> **Exercise brief**
Could you find every line in the entries below that holds the word "IFCSIUNIT" and copy it?
[[ Available records open ]]
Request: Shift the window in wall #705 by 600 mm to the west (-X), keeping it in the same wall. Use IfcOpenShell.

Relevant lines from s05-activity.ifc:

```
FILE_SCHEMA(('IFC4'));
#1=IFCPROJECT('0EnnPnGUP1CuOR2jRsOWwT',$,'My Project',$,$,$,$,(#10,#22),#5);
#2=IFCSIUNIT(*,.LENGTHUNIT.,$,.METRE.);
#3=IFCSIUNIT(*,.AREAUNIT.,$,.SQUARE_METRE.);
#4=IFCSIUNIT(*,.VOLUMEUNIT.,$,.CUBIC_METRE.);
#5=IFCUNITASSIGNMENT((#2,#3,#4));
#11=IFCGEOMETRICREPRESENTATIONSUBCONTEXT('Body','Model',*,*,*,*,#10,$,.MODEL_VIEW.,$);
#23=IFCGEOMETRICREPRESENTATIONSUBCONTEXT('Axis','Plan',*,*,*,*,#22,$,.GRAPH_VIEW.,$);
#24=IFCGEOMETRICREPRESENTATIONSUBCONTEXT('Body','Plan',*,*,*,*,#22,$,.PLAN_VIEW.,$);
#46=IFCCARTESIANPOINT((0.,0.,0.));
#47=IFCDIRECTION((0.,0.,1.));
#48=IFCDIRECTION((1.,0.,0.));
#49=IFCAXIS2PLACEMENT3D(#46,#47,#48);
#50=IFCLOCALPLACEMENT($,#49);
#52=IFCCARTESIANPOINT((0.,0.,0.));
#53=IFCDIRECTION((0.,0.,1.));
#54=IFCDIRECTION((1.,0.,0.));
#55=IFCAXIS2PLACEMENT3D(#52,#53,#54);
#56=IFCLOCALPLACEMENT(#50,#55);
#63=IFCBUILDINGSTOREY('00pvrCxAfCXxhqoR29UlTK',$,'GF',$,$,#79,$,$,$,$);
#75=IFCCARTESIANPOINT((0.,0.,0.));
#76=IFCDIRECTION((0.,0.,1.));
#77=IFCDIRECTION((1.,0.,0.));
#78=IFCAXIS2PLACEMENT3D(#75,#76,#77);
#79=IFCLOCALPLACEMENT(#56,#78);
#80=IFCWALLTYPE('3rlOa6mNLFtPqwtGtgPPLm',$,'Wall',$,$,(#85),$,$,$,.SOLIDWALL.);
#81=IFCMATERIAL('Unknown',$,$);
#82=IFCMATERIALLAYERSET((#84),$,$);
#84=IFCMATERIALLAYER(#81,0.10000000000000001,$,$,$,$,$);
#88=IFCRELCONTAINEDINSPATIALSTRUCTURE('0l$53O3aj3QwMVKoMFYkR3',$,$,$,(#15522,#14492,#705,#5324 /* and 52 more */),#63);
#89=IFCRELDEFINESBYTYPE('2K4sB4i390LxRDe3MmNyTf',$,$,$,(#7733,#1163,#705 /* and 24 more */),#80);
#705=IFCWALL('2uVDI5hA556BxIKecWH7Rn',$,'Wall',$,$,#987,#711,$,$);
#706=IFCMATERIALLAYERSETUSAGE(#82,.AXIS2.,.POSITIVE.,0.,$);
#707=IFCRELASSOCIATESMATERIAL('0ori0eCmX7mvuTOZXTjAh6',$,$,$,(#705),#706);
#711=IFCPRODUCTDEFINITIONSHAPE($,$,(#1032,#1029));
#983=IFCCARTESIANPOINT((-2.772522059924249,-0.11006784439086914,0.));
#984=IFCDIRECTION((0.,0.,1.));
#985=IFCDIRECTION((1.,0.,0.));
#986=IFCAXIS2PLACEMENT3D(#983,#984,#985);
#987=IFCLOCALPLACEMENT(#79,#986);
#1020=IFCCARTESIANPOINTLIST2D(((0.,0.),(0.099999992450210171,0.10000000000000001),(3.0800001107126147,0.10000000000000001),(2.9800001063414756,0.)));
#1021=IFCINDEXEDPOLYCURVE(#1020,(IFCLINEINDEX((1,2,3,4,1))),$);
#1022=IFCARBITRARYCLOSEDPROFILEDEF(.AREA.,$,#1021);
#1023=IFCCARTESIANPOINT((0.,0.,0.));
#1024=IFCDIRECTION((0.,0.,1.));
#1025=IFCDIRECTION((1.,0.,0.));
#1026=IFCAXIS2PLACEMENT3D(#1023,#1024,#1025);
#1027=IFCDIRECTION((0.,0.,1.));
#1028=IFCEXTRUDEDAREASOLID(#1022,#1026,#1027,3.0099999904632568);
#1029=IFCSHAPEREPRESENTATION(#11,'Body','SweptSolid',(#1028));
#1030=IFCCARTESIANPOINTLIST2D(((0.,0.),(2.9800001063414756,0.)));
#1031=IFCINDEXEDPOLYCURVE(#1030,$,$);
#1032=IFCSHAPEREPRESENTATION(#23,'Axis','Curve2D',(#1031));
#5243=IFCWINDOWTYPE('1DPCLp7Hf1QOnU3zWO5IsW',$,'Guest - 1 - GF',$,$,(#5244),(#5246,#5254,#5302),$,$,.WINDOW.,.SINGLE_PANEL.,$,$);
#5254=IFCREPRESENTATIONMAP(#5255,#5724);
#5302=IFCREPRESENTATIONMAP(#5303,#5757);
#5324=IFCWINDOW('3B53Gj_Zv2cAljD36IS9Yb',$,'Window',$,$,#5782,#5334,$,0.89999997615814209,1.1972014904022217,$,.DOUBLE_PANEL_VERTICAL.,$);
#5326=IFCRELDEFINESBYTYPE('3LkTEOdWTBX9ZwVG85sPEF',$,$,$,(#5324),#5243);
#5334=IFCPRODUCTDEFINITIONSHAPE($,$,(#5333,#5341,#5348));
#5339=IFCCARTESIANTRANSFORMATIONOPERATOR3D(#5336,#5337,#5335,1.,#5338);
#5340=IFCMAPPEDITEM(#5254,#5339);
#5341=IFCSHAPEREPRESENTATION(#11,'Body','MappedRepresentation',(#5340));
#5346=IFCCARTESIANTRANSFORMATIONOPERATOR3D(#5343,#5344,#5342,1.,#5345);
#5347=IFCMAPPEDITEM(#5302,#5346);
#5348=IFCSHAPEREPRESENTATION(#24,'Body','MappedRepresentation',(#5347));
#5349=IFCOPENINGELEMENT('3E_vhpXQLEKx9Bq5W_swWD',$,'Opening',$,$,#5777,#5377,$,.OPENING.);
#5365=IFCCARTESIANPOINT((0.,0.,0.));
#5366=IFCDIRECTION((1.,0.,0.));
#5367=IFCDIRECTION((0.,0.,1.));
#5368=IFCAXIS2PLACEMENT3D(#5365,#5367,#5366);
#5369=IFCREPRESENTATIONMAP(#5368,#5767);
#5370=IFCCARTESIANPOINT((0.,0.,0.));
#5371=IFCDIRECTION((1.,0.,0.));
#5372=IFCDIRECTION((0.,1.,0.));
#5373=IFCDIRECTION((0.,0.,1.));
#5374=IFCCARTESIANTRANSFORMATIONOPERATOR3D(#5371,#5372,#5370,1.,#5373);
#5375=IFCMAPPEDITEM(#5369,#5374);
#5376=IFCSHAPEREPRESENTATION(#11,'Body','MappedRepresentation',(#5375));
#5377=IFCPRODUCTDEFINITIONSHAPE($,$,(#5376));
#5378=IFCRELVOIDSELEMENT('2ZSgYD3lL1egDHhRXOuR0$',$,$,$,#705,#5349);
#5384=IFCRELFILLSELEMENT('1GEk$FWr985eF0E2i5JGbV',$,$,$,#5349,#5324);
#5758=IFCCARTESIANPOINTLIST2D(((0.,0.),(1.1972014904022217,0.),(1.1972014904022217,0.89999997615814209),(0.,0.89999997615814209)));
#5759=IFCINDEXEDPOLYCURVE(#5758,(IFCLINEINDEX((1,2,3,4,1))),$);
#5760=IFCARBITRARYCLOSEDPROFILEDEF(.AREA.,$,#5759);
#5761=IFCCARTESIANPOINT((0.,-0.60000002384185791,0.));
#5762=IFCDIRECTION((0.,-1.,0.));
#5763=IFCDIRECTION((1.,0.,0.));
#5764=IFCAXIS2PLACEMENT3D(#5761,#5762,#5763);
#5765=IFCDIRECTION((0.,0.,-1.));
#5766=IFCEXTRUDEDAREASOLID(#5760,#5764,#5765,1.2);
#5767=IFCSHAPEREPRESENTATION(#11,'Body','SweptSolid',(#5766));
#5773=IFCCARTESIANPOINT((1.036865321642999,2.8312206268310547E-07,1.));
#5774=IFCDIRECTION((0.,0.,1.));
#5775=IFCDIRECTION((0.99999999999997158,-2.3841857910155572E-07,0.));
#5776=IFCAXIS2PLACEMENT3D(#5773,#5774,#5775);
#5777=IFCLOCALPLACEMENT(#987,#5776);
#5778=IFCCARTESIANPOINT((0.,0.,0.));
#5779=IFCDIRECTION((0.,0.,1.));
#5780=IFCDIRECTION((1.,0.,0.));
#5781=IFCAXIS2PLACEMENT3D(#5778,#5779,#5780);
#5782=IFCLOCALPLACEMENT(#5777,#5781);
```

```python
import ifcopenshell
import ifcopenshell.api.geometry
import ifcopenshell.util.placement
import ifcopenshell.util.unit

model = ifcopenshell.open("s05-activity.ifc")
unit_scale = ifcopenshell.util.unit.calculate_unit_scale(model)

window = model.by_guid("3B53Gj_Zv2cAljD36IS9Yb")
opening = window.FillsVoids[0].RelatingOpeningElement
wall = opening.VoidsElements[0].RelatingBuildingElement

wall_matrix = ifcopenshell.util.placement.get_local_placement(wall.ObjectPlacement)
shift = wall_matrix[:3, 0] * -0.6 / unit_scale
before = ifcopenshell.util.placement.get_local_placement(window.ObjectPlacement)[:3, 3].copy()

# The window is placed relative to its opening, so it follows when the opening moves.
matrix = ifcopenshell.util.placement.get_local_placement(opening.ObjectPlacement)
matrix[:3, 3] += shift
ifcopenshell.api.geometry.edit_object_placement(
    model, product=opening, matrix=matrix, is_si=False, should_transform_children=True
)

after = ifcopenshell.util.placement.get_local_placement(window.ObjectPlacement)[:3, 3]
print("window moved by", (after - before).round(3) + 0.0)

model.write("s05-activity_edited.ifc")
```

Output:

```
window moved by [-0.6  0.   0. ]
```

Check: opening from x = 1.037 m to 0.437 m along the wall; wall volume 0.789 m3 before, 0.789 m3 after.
[[ Available records closed ]]
[[ Available records open ]]
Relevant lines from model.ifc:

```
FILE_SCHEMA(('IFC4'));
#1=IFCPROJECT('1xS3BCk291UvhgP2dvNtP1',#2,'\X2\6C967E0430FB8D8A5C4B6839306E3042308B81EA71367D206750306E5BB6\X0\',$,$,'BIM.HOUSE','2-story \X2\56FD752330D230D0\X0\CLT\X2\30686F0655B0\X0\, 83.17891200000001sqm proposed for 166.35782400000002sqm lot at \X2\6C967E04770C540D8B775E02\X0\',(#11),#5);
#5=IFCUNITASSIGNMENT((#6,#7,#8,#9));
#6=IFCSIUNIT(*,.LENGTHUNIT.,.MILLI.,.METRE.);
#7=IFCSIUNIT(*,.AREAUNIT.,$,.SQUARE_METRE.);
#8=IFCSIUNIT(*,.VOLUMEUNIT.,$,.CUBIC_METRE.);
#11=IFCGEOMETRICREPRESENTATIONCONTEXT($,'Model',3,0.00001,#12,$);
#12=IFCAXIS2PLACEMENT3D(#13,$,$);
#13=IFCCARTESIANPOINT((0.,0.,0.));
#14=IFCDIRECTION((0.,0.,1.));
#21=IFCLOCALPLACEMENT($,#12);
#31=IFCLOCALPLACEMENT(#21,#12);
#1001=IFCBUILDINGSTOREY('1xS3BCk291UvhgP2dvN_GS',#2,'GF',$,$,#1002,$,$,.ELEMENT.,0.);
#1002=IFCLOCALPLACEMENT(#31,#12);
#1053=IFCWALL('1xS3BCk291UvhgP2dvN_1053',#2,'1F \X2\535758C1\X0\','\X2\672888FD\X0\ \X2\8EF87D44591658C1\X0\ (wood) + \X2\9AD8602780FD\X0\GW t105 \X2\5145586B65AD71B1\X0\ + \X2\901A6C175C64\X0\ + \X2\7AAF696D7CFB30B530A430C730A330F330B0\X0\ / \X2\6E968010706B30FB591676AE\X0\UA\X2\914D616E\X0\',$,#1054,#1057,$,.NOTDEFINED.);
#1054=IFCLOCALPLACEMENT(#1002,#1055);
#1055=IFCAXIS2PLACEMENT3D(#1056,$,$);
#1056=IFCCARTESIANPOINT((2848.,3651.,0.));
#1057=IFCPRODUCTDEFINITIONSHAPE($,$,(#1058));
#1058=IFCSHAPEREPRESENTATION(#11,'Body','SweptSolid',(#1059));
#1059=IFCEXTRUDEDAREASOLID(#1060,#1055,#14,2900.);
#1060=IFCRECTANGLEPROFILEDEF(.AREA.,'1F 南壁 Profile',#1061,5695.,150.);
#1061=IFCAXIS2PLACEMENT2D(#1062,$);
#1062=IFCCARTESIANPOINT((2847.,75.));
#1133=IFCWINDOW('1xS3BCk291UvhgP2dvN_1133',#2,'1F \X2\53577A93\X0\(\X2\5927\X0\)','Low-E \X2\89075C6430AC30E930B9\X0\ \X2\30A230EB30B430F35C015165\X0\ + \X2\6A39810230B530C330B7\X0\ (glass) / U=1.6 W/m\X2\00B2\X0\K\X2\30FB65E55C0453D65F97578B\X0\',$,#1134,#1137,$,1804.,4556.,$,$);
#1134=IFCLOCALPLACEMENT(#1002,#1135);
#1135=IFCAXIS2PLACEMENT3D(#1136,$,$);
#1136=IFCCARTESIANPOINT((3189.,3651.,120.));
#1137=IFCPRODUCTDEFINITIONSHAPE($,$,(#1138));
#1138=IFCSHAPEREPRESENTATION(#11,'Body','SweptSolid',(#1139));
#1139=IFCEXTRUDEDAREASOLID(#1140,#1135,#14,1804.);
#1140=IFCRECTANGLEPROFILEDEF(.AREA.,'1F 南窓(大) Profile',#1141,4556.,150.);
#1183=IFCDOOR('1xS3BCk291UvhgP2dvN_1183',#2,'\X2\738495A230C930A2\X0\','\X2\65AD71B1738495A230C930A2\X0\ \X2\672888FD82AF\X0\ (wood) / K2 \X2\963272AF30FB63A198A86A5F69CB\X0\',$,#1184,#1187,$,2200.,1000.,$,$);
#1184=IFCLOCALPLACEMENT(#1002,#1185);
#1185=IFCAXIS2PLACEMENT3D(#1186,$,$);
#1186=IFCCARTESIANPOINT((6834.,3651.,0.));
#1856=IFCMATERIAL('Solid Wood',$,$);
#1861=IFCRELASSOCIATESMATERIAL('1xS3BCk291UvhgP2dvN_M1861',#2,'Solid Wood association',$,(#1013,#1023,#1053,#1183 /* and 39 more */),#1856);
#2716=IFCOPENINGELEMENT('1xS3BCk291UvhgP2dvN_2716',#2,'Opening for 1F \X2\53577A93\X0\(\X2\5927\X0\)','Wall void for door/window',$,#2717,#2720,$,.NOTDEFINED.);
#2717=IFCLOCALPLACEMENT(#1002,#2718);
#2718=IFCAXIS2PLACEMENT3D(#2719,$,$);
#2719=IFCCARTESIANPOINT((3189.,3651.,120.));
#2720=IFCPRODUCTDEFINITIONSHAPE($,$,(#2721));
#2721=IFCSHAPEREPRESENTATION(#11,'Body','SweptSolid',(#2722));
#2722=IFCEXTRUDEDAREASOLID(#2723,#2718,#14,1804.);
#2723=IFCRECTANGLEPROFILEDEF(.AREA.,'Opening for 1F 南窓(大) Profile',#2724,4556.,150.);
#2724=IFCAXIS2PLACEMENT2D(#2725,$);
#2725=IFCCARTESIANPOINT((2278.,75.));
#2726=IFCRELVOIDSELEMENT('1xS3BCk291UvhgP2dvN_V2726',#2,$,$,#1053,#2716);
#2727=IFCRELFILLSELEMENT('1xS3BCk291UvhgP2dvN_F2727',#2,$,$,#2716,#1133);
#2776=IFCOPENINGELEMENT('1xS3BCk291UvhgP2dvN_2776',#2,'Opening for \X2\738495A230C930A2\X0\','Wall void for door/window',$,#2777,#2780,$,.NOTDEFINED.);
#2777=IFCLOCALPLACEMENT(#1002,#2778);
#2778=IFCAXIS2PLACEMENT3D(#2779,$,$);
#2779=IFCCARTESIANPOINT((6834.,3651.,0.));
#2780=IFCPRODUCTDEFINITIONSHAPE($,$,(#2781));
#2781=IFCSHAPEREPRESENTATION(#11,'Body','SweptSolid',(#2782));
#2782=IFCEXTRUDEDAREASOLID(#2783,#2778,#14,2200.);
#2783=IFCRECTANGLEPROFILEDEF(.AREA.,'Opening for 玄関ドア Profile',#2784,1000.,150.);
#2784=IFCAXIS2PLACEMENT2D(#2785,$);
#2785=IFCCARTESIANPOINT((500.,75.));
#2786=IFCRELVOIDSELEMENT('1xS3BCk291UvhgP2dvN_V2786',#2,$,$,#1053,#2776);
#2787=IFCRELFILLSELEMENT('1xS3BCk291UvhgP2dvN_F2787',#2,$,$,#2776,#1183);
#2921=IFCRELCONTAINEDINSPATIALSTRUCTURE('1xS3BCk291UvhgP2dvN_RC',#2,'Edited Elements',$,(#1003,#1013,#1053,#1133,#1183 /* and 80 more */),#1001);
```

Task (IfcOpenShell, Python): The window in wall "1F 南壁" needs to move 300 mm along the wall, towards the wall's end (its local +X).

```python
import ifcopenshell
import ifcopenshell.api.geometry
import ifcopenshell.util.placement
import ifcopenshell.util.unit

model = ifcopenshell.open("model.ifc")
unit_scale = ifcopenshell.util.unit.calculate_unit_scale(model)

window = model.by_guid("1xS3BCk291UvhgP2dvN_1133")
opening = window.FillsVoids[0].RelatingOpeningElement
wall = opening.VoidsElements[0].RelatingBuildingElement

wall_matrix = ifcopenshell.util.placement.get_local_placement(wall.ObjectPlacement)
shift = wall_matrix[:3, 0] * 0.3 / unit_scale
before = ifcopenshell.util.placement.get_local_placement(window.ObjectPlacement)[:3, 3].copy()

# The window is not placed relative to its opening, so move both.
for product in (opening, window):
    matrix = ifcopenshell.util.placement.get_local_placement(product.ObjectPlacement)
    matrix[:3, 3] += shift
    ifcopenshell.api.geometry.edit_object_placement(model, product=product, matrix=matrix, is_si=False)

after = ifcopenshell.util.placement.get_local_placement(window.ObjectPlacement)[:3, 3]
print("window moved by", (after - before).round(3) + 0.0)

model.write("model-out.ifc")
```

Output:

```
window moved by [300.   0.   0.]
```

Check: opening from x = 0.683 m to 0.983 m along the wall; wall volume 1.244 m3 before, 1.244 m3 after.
[[ Available records closed ]]
> **Result of the exercise**
#2=IFCSIUNIT(*,.LENGTHUNIT.,$,.METRE.);
#3=IFCSIUNIT(*,.AREAUNIT.,$,.SQUARE_METRE.);
#4=IFCSIUNIT(*,.VOLUMEUNIT.,$,.CUBIC_METRE.);
#6=IFCSIUNIT(*,.LENGTHUNIT.,.MILLI.,.METRE.);
#7=IFCSIUNIT(*,.AREAUNIT.,$,.SQUARE_METRE.);
#8=IFCSIUNIT(*,.VOLUMEUNIT.,$,.CUBIC_METRE.);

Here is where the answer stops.